GETTY IMAGES: Former Kansas State CB Julius Brents has the skill set to creep into Round 1 if there’s an early corner run.

Julius Brents, CB, Kansas State

Supply and demand could come into play, as an early run on cornerbacks could drastically alter the positional landscape. Depending on how you have them graded, maybe those next-up cornerbacks are Michigan’s D.J. Turner – who ran a 4.26 at the NFL Scouting Combine and offers inside-outside versatility – or the slender Emmanuel Forbes of Mississippi State, who corralled six interceptions last season, returning three for touchdowns.

Brents (6-3, 198), however, combines tantalizing measurables – including 34-inch arms and a 41.5-inch vertical – with physicality, fluidity, and instinctiveness that teams covet in perimeter defenders. While Brents can play man or zone, he is most effective playing the latter.
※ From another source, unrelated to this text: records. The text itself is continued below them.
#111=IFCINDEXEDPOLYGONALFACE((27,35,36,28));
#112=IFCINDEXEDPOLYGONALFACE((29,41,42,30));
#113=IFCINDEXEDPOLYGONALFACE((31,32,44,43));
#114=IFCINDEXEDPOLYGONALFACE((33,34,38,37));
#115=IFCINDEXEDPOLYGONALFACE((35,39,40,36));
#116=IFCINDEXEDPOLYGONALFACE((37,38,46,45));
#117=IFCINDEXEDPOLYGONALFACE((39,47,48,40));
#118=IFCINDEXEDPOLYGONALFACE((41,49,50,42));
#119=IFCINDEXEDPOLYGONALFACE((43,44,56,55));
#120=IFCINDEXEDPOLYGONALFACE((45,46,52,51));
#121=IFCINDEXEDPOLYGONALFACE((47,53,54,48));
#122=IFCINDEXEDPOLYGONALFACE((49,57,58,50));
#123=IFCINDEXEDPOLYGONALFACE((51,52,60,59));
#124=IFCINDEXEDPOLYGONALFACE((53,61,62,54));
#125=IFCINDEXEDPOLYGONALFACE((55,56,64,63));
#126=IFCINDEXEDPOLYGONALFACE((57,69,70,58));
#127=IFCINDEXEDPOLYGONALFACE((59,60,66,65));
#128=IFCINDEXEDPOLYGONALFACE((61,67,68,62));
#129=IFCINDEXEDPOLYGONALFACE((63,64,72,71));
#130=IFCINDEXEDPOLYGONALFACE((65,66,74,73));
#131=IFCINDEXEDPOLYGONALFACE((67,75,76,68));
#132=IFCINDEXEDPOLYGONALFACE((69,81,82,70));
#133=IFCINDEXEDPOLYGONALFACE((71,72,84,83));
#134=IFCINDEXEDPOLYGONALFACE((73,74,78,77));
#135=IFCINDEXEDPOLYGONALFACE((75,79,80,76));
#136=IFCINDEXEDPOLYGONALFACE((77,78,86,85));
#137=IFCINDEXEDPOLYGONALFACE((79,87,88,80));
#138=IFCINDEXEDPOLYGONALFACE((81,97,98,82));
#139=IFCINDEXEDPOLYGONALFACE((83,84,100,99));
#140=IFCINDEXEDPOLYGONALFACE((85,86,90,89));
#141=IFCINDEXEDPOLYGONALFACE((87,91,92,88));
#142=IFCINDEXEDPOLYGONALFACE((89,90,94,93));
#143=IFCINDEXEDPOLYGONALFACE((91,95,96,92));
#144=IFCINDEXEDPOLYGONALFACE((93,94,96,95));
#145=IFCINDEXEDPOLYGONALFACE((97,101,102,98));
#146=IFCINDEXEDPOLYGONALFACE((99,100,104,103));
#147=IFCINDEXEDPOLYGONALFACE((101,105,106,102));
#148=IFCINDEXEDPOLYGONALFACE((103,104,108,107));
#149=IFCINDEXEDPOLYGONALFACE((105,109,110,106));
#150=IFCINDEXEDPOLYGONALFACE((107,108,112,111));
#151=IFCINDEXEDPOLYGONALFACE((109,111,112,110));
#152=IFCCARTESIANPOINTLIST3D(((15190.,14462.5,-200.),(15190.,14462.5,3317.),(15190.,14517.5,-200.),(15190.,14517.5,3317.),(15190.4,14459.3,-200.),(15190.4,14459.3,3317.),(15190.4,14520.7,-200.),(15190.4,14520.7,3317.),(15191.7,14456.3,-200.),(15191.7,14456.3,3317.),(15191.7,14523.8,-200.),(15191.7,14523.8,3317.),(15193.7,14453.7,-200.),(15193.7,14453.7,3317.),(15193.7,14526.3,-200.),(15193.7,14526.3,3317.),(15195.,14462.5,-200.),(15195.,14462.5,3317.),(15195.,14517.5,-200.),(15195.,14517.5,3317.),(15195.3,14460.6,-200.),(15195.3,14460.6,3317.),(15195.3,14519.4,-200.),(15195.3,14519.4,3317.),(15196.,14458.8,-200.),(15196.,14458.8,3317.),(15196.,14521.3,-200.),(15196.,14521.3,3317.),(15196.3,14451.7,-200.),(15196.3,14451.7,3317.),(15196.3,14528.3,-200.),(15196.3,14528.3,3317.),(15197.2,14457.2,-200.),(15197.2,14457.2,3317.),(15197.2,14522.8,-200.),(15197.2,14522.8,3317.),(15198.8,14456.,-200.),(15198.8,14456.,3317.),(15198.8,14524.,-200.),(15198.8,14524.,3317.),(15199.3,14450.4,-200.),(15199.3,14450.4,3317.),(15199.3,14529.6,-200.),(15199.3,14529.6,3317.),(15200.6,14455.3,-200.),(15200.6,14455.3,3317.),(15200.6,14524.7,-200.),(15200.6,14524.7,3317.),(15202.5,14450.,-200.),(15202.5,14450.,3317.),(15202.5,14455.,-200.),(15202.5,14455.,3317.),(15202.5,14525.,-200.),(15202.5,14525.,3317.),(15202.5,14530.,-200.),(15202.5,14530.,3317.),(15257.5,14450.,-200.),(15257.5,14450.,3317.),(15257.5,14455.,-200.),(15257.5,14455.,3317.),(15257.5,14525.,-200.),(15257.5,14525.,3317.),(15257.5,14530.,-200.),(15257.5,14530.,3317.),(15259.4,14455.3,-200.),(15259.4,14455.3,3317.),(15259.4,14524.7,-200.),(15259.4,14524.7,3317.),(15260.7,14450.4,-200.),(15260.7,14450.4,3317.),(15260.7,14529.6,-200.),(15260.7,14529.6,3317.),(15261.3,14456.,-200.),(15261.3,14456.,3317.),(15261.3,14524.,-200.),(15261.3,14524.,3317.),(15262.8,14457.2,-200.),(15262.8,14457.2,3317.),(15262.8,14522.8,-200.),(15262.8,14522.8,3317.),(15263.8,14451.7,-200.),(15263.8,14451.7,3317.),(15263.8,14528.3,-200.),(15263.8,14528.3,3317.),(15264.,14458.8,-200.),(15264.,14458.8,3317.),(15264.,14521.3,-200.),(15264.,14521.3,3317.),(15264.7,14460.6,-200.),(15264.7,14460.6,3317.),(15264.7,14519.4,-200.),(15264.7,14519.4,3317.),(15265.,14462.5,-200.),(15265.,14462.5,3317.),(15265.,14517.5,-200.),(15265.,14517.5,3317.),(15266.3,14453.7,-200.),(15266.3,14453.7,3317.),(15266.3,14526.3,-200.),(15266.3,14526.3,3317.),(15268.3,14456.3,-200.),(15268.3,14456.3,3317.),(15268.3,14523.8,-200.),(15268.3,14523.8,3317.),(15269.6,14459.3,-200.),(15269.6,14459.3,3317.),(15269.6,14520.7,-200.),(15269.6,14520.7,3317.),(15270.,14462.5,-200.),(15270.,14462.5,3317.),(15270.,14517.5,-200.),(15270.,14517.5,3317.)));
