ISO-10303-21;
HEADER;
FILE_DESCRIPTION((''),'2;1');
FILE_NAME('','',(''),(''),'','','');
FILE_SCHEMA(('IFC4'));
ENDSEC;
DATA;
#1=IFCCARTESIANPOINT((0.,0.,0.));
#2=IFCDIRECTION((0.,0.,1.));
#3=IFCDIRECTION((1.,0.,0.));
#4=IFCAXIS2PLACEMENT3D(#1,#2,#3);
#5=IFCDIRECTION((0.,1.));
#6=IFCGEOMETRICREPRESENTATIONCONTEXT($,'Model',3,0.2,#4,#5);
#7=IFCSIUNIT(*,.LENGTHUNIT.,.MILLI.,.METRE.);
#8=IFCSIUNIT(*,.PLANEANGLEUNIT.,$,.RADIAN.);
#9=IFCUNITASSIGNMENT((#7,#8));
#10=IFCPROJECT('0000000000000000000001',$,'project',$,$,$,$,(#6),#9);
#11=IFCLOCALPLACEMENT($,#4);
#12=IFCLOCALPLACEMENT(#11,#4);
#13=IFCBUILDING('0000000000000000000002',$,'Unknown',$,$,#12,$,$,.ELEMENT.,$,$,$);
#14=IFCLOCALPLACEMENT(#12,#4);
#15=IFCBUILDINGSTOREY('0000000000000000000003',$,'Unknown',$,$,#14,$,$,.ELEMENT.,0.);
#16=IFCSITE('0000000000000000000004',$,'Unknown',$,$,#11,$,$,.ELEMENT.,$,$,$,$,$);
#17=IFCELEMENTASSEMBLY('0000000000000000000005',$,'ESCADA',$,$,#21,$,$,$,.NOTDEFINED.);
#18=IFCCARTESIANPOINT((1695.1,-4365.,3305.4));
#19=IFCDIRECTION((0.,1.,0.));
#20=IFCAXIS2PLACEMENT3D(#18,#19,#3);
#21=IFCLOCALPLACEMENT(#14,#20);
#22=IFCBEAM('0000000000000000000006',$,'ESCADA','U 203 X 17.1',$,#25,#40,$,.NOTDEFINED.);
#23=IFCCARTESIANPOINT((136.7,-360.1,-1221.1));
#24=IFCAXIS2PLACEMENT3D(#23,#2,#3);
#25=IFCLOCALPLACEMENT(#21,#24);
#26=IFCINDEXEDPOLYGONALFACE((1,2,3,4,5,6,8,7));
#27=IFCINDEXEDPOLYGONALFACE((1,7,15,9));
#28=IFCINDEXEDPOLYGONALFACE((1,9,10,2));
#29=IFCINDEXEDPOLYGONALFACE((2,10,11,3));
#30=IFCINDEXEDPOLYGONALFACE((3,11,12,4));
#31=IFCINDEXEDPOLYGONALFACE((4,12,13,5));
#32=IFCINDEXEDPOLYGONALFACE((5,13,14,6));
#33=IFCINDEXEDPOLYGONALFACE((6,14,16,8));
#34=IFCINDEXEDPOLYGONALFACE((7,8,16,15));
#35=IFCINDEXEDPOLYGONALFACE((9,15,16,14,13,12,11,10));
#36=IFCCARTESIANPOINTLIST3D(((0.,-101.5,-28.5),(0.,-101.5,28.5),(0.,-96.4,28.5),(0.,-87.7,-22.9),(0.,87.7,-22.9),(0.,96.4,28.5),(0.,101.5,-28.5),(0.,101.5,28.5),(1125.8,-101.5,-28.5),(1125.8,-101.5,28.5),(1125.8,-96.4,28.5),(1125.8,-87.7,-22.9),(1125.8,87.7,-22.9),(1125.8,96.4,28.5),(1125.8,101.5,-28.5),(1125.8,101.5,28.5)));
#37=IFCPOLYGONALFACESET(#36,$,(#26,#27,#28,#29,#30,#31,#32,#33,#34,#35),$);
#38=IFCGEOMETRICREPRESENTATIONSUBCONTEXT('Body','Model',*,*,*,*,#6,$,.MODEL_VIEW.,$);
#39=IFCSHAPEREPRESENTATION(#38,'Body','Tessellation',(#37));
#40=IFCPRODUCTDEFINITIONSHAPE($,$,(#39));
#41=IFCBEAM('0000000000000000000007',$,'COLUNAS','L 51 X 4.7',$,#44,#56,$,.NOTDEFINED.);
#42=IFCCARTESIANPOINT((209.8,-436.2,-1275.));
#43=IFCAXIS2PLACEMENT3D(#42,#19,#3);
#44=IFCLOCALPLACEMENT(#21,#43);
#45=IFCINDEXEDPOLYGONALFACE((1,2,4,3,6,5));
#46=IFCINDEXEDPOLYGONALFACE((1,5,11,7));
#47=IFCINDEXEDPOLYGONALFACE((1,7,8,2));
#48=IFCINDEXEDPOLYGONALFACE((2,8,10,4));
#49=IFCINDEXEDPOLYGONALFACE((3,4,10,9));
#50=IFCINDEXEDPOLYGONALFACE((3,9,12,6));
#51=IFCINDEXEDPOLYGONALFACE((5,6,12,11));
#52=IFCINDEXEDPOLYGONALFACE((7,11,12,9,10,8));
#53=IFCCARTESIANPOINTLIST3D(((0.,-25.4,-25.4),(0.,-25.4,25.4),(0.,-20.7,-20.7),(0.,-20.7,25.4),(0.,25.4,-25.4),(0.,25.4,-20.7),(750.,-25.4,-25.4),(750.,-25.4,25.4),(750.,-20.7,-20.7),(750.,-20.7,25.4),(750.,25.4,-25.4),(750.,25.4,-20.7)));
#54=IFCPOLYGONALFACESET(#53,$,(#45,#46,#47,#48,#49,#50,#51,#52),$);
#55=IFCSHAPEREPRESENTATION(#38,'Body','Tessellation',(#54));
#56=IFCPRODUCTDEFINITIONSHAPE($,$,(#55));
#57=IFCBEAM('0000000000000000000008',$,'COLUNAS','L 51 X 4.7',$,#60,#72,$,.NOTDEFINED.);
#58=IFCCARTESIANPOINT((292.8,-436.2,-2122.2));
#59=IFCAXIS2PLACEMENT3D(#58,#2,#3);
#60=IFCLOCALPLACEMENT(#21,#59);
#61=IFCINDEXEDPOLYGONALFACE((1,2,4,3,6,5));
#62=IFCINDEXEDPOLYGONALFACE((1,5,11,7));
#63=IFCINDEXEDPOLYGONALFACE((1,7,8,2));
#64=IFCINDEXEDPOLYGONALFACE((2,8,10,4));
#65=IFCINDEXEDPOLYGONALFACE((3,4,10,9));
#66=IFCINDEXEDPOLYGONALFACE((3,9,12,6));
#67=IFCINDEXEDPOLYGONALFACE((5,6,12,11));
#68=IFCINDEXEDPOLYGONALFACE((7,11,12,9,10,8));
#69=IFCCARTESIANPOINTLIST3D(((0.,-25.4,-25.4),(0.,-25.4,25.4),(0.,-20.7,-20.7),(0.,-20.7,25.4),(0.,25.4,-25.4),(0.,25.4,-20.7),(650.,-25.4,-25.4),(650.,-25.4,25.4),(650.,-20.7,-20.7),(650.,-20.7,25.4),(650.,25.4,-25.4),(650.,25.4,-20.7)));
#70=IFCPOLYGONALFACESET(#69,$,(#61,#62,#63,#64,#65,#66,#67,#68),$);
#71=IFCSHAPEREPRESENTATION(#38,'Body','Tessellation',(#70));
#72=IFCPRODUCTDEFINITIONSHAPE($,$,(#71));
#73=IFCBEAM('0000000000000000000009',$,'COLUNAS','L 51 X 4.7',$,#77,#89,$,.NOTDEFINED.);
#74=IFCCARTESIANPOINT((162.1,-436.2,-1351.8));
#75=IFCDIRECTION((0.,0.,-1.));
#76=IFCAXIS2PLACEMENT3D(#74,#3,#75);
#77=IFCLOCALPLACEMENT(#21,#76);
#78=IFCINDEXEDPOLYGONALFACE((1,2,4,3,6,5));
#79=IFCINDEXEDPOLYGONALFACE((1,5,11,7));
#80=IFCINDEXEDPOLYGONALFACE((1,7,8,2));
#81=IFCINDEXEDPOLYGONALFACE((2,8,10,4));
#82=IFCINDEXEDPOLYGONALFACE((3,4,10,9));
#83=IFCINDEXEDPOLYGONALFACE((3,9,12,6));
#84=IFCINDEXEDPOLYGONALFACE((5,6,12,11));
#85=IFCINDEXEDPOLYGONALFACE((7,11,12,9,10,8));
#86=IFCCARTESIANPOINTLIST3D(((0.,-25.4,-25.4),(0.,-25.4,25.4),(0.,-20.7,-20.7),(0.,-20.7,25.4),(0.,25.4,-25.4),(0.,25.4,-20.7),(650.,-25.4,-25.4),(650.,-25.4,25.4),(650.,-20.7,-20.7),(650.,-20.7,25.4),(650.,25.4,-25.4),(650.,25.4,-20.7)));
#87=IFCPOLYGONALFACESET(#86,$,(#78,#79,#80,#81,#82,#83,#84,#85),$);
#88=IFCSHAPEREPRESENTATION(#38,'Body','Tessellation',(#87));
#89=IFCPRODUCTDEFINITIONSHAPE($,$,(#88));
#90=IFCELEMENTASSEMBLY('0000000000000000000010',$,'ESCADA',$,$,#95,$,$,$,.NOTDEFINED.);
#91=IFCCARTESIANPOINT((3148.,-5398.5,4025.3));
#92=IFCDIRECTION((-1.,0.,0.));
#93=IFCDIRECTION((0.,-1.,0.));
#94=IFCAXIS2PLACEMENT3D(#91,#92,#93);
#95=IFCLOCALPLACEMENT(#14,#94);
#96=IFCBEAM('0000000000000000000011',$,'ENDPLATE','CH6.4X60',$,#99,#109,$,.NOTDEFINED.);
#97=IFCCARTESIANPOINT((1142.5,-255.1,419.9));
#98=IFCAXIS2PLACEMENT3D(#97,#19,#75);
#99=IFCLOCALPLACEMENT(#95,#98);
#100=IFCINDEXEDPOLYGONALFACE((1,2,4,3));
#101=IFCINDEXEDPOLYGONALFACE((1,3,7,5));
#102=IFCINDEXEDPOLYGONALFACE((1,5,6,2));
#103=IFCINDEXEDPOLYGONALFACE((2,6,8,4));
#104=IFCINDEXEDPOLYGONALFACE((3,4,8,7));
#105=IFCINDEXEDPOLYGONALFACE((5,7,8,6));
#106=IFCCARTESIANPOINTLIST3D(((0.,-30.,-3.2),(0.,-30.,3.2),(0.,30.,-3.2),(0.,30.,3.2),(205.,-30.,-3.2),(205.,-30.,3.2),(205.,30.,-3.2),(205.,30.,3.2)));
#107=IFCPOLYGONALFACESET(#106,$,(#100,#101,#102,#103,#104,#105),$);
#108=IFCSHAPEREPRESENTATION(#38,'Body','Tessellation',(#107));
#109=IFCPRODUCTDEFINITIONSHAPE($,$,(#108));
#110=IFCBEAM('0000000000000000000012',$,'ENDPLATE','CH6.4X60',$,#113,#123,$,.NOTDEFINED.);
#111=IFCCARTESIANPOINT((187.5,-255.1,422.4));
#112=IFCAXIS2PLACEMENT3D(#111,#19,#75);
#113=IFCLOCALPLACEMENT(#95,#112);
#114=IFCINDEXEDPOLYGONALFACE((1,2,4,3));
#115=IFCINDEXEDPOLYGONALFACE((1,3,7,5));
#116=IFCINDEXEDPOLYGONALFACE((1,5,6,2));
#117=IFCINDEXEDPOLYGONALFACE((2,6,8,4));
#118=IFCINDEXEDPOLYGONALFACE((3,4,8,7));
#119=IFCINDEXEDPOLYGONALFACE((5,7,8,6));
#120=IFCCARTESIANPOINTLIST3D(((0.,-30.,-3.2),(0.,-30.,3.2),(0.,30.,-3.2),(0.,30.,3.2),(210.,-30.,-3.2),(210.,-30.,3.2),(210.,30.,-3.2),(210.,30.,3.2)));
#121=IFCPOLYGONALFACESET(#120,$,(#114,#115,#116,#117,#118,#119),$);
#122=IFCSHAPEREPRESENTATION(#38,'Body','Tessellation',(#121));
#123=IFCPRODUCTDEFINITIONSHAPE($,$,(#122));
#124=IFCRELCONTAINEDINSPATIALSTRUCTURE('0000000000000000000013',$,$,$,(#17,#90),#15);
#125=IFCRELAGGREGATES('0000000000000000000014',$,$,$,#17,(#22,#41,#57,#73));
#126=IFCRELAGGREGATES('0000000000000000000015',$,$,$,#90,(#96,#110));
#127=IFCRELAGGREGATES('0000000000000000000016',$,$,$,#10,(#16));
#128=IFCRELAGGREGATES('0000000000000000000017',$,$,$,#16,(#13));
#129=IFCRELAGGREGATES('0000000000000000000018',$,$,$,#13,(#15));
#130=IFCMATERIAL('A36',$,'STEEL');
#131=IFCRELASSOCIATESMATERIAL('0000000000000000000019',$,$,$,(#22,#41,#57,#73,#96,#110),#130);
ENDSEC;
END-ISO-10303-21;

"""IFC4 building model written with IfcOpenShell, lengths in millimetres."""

from ifc_helpers import new_model, si_unit, direction, frame, origin_with_axes, place, context, subcontext, project, spatial, line, indexed_curve, outline, extrude, material, element, aggregate, save


model = new_model("IFC4")

# Units and contexts
model_context = context("Model", 3, precision=0.2, world=origin_with_axes(), true_north=direction((0.0, 1.0)))
body_context = subcontext(model_context, "Body", "Model", "MODEL_VIEW")
ifc_project = project(units=[si_unit("LENGTHUNIT", "METRE", prefix="MILLI"), si_unit("PLANEANGLEUNIT", "RADIAN")], contexts=[model_context])

# Site, building, storey
site_placement = place(None, origin_with_axes())
site = spatial("IfcSite", under=ifc_project, at=site_placement, Name="Unknown", CompositionType="ELEMENT")
building_placement = place(site_placement, origin_with_axes())
building = spatial("IfcBuilding", under=site, at=building_placement, Name="Unknown", CompositionType="ELEMENT")
storey_placement = place(building_placement, origin_with_axes())
storey = spatial("IfcBuildingStorey", under=building, at=storey_placement, Name="Unknown", CompositionType="ELEMENT", Elevation=0.0)

# Element assemblies, beams
assembly_1_placement = place(storey_placement, frame((1695.1, -4365.0, 3305.4), z_axis=(0.0, 1.0, 0.0), x_axis=(1.0, 0.0, 0.0)))
assembly_1 = element("IfcElementAssembly", 1, at=assembly_1_placement, inside=storey, Name="ESCADA", PredefinedType="NOTDEFINED")
ifc_material_1 = material(Name="A36", Category="STEEL")
beam_1_placement = place(assembly_1_placement, frame((136.7, -360.1, -1221.1), z_axis=(0.0, 0.0, 1.0), x_axis=(1.0, 0.0, 0.0)))
beam_1 = element("IfcBeam", 2, at=beam_1_placement, material=ifc_material_1, Name="ESCADA", Description="U 203 X 17.1", PredefinedType="NOTDEFINED", context=body_context, shape_type="SolidModel", body=[
    extrude(outline(indexed_curve([(-28.5, -101.5), (28.5, -101.5), (28.5, -96.4), (-22.9, -87.7), (-22.9, 87.7), (28.5, 96.4), (28.5, 101.5), (-28.5, 101.5)], segments=[line(1, 2, 3, 4, 5, 6, 7, 8, 1)])), frame((0.0, 0.0, 0.0), z_axis=(-1.0, 0.0, 0.0), x_axis=(0.0, 0.0, 1.0)), (0.0, 0.0, -1.0), 1125.8),
])
beam_2_placement = place(assembly_1_placement, frame((209.8, -436.2, -1275.0), z_axis=(0.0, 1.0, 0.0), x_axis=(1.0, 0.0, 0.0)))
beam_2 = element("IfcBeam", 3, at=beam_2_placement, material=ifc_material_1, Name="COLUNAS", Description="L 51 X 4.7", PredefinedType="NOTDEFINED", context=body_context, shape_type="SolidModel", body=[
There are areas of his game in need of refinement, but his upside is evident. If there’s a team in need of a cornerback in the back half of the first round, they’ll have options. But I’d suspect there’ll be a team partial to a prospect with high-level developmental traits and freakish physical dimensions.

Keeanu Benton, IDL, Wisconsin

One of my favorite interior defenders in this class, Benton has steadily drawn praise deep into the pre-draft cycle. Initially viewed as a one-dimensional, albeit intriguingly athletic, space-eater out of Wisconsin with limited pass-rush upside, Benton shed any preconceived notions at the NFL Scouting Combine in Indianapolis, clocking a 5.08 40-yard dash, in addition to registering a 29.5-inch vertical, a staggering 9-foot-3 broad jump, 7.34 three-cone, and yielding 25 reps on the bench press while measuring in at 6-foot-4, 309 pounds.

Aside from his multiple alignment appeal, Benton blends point-of-attack-power, leverage, and swarming run defense with active hands, a relentless motor and moldable pass-rush attributes.

If teams are hesitant to pounce on some of his positional contemporaries – such as the injury riddled and inexperienced Bryan Bresee or undersized Pitt pass-rusher Calijah Kancey – in the first round,  Benton, a three-down tackle boasting scheme versatility, could conceivably be among the surprises to emerge.